◆ EXERCISE ◆
Each entry in the material below should be copied without any alteration.
------------
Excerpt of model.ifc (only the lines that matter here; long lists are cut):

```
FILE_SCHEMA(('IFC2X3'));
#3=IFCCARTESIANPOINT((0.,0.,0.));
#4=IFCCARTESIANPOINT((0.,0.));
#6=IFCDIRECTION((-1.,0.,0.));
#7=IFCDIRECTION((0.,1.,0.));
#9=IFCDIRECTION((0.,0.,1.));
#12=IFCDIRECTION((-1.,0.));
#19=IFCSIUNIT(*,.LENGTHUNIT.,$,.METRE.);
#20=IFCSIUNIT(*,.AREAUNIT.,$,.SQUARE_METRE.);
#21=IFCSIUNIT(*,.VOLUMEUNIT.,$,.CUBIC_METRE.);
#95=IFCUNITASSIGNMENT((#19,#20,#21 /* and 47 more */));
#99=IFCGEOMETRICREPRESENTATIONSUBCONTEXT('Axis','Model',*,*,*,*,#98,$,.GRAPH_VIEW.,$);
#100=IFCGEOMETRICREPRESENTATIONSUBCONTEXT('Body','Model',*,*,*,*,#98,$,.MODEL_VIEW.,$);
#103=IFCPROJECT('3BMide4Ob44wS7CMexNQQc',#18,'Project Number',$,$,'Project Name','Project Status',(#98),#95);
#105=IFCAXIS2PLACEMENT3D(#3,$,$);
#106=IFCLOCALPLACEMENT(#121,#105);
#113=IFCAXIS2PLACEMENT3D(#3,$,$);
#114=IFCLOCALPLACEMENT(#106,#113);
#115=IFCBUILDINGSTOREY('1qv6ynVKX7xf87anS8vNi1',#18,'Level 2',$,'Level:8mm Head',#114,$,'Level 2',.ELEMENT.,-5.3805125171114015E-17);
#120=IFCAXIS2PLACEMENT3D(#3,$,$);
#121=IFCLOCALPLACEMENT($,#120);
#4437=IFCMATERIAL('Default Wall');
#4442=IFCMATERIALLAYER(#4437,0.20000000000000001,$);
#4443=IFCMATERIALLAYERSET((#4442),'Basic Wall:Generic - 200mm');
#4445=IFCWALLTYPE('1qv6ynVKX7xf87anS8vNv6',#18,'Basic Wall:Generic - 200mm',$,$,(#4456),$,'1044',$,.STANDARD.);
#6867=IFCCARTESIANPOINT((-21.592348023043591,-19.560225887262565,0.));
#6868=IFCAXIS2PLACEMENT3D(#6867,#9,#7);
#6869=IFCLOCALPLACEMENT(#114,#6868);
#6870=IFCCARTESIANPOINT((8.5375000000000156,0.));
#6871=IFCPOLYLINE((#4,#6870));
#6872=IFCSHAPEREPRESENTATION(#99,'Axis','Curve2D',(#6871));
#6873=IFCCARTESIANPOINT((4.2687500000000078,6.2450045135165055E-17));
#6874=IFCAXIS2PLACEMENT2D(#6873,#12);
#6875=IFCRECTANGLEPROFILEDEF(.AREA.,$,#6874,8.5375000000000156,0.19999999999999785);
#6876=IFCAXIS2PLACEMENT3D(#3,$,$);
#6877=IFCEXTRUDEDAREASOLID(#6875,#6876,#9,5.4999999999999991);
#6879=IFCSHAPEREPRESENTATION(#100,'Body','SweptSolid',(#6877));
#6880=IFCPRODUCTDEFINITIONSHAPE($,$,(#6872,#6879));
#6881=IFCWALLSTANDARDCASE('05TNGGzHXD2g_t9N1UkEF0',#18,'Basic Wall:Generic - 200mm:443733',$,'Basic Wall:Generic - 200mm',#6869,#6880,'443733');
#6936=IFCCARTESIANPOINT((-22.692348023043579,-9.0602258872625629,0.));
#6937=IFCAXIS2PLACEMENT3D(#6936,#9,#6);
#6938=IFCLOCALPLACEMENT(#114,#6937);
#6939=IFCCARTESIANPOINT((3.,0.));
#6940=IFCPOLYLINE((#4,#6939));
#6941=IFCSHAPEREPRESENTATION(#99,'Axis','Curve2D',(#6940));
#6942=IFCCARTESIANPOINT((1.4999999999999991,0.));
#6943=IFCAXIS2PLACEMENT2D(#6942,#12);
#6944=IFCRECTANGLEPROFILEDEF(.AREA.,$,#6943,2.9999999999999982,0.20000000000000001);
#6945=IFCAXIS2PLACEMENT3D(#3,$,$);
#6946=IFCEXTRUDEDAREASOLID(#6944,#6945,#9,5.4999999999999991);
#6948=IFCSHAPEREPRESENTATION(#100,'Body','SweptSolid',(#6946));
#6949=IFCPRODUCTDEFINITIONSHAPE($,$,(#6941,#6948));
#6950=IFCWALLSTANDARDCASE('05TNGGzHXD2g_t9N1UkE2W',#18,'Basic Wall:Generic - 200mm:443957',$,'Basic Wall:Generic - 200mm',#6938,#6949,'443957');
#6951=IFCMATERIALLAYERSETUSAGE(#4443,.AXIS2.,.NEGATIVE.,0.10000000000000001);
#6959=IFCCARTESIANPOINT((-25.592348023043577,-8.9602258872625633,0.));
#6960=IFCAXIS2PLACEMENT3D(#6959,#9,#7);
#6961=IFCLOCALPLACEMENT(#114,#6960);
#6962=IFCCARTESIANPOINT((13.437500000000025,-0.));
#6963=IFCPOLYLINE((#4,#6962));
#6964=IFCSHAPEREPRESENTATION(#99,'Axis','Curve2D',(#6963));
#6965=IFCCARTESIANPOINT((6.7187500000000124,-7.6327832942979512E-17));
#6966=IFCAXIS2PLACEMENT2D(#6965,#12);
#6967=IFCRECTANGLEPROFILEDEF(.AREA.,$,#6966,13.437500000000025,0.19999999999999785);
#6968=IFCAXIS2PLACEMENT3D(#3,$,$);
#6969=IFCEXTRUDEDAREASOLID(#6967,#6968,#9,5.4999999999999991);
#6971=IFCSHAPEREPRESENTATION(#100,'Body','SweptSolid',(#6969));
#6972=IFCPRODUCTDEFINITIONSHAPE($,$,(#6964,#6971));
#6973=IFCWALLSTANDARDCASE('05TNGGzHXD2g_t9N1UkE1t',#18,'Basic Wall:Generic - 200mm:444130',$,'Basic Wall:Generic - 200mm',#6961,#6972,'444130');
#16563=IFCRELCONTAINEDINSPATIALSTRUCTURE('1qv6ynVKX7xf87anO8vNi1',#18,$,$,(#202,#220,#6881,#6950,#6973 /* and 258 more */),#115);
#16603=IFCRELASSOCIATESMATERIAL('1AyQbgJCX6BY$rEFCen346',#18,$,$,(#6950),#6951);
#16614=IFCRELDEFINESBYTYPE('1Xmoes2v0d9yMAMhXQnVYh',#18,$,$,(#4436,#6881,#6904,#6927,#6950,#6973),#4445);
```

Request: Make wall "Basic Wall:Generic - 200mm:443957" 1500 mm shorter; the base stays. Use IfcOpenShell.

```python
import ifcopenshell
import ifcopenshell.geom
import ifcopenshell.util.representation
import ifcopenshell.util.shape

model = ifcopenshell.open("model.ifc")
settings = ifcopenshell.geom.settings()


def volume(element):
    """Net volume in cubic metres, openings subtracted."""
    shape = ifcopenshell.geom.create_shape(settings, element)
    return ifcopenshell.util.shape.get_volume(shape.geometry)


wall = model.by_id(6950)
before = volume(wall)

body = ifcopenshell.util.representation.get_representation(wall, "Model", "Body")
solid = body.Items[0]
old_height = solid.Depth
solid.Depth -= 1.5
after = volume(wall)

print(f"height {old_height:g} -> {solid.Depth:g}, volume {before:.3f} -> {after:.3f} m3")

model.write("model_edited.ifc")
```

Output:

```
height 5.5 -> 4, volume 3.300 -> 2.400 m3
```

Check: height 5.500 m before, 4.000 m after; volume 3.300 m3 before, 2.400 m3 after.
------------
◆ TASK OUTPUT ◆
Excerpt of model.ifc (only the lines that matter here; long lists are cut):

```
FILE_SCHEMA(('IFC2X3'));
#3=IFCCARTESIANPOINT((0.,0.,0.));
#4=IFCCARTESIANPOINT((0.,0.));
#6=IFCDIRECTION((-1.,0.,0.));
#7=IFCDIRECTION((0.,1.,0.));
#9=IFCDIRECTION((0.,0.,1.));
#12=IFCDIRECTION((-1.,0.));
#19=IFCSIUNIT(*,.LENGTHUNIT.,$,.METRE.);
#20=IFCSIUNIT(*,.AREAUNIT.,$,.SQUARE_METRE.);
#21=IFCSIUNIT(*,.VOLUMEUNIT.,$,.CUBIC_METRE.);
#95=IFCUNITASSIGNMENT((#19,#20,#21 /* and 47 more */));
#99=IFCGEOMETRICREPRESENTATIONSUBCONTEXT('Axis','Model',*,*,*,*,#98,$,.GRAPH_VIEW.,$);
#100=IFCGEOMETRICREPRESENTATIONSUBCONTEXT('Body','Model',*,*,*,*,#98,$,.MODEL_VIEW.,$);
#103=IFCPROJECT('3BMide4Ob44wS7CMexNQQc',#18,'Project Number',$,$,'Project Name','Project Status',(#98),#95);
#105=IFCAXIS2PLACEMENT3D(#3,$,$);
#106=IFCLOCALPLACEMENT(#121,#105);
#113=IFCAXIS2PLACEMENT3D(#3,$,$);
#114=IFCLOCALPLACEMENT(#106,#113);
#115=IFCBUILDINGSTOREY('1qv6ynVKX7xf87anS8vNi1',#18,'Level 2',$,'Level:8mm Head',#114,$,'Level 2',.ELEMENT.,-5.3805125171114015E-17);
#120=IFCAXIS2PLACEMENT3D(#3,$,$);
#121=IFCLOCALPLACEMENT($,#120);
#4437=IFCMATERIAL('Default Wall');
#4442=IFCMATERIALLAYER(#4437,0.20000000000000001,$);
#4443=IFCMATERIALLAYERSET((#4442),'Basic Wall:Generic - 200mm');
#4445=IFCWALLTYPE('1qv6ynVKX7xf87anS8vNv6',#18,'Basic Wall:Generic - 200mm',$,$,(#4456),$,'1044',$,.STANDARD.);
#6867=IFCCARTESIANPOINT((-21.592348023043591,-19.560225887262565,0.));
#6868=IFCAXIS2PLACEMENT3D(#6867,#9,#7);
#6869=IFCLOCALPLACEMENT(#114,#6868);
#6870=IFCCARTESIANPOINT((8.5375000000000156,0.));
#6871=IFCPOLYLINE((#4,#6870));
#6872=IFCSHAPEREPRESENTATION(#99,'Axis','Curve2D',(#6871));
#6873=IFCCARTESIANPOINT((4.2687500000000078,6.2450045135165055E-17));
#6874=IFCAXIS2PLACEMENT2D(#6873,#12);
#6875=IFCRECTANGLEPROFILEDEF(.AREA.,$,#6874,8.5375000000000156,0.19999999999999785);
#6876=IFCAXIS2PLACEMENT3D(#3,$,$);
#6877=IFCEXTRUDEDAREASOLID(#6875,#6876,#9,5.4999999999999991);
#6879=IFCSHAPEREPRESENTATION(#100,'Body','SweptSolid',(#6877));
#6880=IFCPRODUCTDEFINITIONSHAPE($,$,(#6872,#6879));
#6881=IFCWALLSTANDARDCASE('05TNGGzHXD2g_t9N1UkEF0',#18,'Basic Wall:Generic - 200mm:443733',$,'Basic Wall:Generic - 200mm',#6869,#6880,'443733');
#6936=IFCCARTESIANPOINT((-22.692348023043579,-9.0602258872625629,0.));
#6937=IFCAXIS2PLACEMENT3D(#6936,#9,#6);
#6938=IFCLOCALPLACEMENT(#114,#6937);
#6939=IFCCARTESIANPOINT((3.,0.));
#6940=IFCPOLYLINE((#4,#6939));
#6941=IFCSHAPEREPRESENTATION(#99,'Axis','Curve2D',(#6940));
#6942=IFCCARTESIANPOINT((1.4999999999999991,0.));
#6943=IFCAXIS2PLACEMENT2D(#6942,#12);
#6944=IFCRECTANGLEPROFILEDEF(.AREA.,$,#6943,2.9999999999999982,0.20000000000000001);
#6945=IFCAXIS2PLACEMENT3D(#3,$,$);
#6946=IFCEXTRUDEDAREASOLID(#6944,#6945,#9,5.4999999999999991);
#6948=IFCSHAPEREPRESENTATION(#100,'Body','SweptSolid',(#6946));
#6949=IFCPRODUCTDEFINITIONSHAPE($,$,(#6941,#6948));
#6950=IFCWALLSTANDARDCASE('05TNGGzHXD2g_t9N1UkE2W',#18,'Basic Wall:Generic - 200mm:443957',$,'Basic Wall:Generic - 200mm',#6938,#6949,'443957');
#6951=IFCMATERIALLAYERSETUSAGE(#4443,.AXIS2.,.NEGATIVE.,0.10000000000000001);
#6959=IFCCARTESIANPOINT((-25.592348023043577,-8.9602258872625633,0.));
#6960=IFCAXIS2PLACEMENT3D(#6959,#9,#7);
#6961=IFCLOCALPLACEMENT(#114,#6960);
#6962=IFCCARTESIANPOINT((13.437500000000025,-0.));
#6963=IFCPOLYLINE((#4,#6962));
#6964=IFCSHAPEREPRESENTATION(#99,'Axis','Curve2D',(#6963));
#6965=IFCCARTESIANPOINT((6.7187500000000124,-7.6327832942979512E-17));
#6966=IFCAXIS2PLACEMENT2D(#6965,#12);
#6967=IFCRECTANGLEPROFILEDEF(.AREA.,$,#6966,13.437500000000025,0.19999999999999785);
#6968=IFCAXIS2PLACEMENT3D(#3,$,$);
#6969=IFCEXTRUDEDAREASOLID(#6967,#6968,#9,5.4999999999999991);
#6971=IFCSHAPEREPRESENTATION(#100,'Body','SweptSolid',(#6969));
#6972=IFCPRODUCTDEFINITIONSHAPE($,$,(#6964,#6971));
#6973=IFCWALLSTANDARDCASE('05TNGGzHXD2g_t9N1UkE1t',#18,'Basic Wall:Generic - 200mm:444130',$,'Basic Wall:Generic - 200mm',#6961,#6972,'444130');
#16563=IFCRELCONTAINEDINSPATIALSTRUCTURE('1qv6ynVKX7xf87anO8vNi1',#18,$,$,(#202,#220,#6881,#6950,#6973 /* and 258 more */),#115);
#16603=IFCRELASSOCIATESMATERIAL('1AyQbgJCX6BY$rEFCen346',#18,$,$,(#6950),#6951);
#16614=IFCRELDEFINESBYTYPE('1Xmoes2v0d9yMAMhXQnVYh',#18,$,$,(#4436,#6881,#6904,#6927,#6950,#6973),#4445);
```

Request: Make wall "Basic Wall:Generic - 200mm:443957" 1500 mm shorter; the base stays. Use IfcOpenShell.

```python
import ifcopenshell
import ifcopenshell.geom
import ifcopenshell.util.representation
import ifcopenshell.util.shape

model = ifcopenshell.open("model.ifc")
settings = ifcopenshell.geom.settings()


def volume(element):
    """Net volume in cubic metres, openings subtracted."""
    shape = ifcopenshell.geom.create_shape(settings, element)
    return ifcopenshell.util.shape.get_volume(shape.geometry)


wall = model.by_id(6950)
before = volume(wall)

body = ifcopenshell.util.representation.get_representation(wall, "Model", "Body")
solid = body.Items[0]
old_height = solid.Depth
solid.Depth -= 1.5
after = volume(wall)

print(f"height {old_height:g} -> {solid.Depth:g}, volume {before:.3f} -> {after:.3f} m3")

model.write("model_edited.ifc")
```

Output:

```
height 5.5 -> 4, volume 3.300 -> 2.400 m3
```

Check: height 5.500 m before, 4.000 m after; volume 3.300 m3 before, 2.400 m3 after.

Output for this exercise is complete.